BEGIN

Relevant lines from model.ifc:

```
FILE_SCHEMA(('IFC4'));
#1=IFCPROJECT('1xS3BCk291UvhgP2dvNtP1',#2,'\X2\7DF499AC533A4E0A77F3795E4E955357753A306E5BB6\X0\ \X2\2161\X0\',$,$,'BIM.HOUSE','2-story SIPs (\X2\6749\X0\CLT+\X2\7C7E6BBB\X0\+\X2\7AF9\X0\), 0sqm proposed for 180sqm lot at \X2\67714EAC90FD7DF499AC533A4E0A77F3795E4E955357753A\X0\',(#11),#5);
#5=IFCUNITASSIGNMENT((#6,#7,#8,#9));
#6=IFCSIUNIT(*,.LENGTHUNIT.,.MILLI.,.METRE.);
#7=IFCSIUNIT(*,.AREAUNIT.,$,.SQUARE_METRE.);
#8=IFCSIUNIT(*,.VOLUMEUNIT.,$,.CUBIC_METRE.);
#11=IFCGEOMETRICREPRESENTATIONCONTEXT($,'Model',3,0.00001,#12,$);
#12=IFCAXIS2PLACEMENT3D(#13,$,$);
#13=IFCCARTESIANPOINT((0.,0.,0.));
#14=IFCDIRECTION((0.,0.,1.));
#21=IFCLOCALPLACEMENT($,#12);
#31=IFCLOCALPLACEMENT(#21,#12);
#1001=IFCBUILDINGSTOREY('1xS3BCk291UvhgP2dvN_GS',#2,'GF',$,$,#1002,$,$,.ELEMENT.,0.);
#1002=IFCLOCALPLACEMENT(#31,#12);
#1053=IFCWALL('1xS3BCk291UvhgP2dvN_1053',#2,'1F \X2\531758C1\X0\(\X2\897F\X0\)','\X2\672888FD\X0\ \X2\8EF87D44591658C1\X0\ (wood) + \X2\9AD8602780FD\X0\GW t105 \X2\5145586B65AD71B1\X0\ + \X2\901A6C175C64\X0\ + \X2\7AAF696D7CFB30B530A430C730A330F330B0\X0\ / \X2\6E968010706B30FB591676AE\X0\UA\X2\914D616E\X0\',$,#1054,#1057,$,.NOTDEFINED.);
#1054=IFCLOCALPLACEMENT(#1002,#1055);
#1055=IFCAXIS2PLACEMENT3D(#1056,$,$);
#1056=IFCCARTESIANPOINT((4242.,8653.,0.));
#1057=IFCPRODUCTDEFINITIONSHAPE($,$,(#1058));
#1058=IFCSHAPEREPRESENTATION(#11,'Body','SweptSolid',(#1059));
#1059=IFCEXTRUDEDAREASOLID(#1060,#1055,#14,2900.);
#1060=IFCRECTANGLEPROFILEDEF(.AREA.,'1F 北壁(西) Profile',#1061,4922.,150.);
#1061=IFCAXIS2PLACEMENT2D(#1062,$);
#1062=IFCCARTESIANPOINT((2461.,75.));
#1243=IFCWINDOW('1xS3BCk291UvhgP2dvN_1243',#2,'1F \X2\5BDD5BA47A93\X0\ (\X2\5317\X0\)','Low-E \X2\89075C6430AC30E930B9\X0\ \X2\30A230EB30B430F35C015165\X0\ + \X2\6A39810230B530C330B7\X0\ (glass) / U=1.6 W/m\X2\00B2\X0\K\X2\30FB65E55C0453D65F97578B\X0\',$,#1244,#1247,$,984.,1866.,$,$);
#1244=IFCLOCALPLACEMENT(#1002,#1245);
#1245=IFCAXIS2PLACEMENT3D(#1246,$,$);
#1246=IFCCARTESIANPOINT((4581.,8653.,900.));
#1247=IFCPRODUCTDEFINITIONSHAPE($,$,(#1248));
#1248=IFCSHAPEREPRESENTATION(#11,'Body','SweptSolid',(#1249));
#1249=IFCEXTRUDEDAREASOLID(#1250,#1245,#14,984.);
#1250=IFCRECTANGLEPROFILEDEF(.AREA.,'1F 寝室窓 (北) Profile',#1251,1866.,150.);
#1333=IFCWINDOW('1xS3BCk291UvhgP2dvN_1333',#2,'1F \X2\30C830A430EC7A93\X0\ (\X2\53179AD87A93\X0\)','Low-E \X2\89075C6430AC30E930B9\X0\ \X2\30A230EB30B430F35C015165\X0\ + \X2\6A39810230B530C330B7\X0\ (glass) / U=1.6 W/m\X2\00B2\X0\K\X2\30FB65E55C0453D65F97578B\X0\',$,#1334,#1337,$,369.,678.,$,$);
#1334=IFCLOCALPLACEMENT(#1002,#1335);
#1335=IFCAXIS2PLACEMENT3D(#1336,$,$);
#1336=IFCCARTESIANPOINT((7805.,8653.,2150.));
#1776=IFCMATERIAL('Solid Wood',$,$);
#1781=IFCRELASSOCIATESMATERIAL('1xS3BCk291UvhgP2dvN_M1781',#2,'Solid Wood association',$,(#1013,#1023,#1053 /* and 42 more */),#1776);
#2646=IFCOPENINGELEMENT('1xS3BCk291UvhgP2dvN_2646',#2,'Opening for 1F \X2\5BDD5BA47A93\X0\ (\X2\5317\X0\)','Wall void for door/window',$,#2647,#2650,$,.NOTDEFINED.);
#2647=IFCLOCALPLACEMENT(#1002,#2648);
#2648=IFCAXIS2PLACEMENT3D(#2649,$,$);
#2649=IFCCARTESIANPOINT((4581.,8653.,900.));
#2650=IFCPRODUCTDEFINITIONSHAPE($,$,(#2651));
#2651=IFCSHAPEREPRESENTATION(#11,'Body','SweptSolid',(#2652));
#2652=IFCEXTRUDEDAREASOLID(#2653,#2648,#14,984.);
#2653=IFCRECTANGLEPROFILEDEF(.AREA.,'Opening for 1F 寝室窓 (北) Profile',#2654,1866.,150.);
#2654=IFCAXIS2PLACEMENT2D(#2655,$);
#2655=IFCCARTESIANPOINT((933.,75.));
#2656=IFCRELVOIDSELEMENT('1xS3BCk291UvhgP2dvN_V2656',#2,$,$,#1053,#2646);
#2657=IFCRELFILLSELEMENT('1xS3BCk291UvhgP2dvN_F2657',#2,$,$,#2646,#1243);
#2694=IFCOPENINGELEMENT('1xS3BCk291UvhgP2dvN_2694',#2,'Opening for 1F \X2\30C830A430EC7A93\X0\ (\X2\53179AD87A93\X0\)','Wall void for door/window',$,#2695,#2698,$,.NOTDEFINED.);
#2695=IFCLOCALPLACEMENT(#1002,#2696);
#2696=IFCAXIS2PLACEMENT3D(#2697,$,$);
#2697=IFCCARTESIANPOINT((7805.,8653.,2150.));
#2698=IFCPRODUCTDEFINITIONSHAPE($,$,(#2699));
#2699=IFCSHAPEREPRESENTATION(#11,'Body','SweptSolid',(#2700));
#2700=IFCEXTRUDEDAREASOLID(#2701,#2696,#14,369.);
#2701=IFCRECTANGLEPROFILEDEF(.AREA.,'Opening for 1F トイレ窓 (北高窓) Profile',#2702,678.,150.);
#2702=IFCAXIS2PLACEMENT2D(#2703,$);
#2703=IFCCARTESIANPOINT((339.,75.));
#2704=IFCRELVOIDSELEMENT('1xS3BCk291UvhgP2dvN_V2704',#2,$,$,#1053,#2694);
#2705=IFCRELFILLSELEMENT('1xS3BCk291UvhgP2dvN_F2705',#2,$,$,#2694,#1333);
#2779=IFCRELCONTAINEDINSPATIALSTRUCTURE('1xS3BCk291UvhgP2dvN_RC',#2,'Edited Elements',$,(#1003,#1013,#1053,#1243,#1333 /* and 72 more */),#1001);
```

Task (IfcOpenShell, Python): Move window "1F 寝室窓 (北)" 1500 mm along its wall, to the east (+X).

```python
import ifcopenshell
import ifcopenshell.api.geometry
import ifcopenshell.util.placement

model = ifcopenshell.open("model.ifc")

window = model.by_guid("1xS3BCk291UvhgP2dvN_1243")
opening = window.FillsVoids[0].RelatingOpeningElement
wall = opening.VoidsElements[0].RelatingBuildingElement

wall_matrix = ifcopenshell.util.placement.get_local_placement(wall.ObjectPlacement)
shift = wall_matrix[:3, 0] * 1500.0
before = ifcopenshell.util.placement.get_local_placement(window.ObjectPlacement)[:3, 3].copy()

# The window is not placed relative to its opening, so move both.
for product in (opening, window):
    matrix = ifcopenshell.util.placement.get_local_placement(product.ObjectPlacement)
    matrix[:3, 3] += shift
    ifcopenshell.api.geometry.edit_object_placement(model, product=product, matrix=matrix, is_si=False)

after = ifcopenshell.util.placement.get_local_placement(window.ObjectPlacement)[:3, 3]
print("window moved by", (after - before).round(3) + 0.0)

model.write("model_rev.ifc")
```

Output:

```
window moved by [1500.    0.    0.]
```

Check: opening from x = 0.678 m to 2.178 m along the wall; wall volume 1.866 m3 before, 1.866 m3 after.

END

▶ [ACTIVITY]:
In the lines above, locate the string "IFCRECTANGLEPROFILEDEF". Copy every line where it occurs.

▶ [TASK OUTPUT]:
#1060=IFCRECTANGLEPROFILEDEF(.AREA.,'1F 北壁(西) Profile',#1061,4922.,150.);
#1250=IFCRECTANGLEPROFILEDEF(.AREA.,'1F 寝室窓 (北) Profile',#1251,1866.,150.);
#2653=IFCRECTANGLEPROFILEDEF(.AREA.,'Opening for 1F 寝室窓 (北) Profile',#2654,1866.,150.);
#2701=IFCRECTANGLEPROFILEDEF(.AREA.,'Opening for 1F トイレ窓 (北高窓) Profile',#2702,678.,150.);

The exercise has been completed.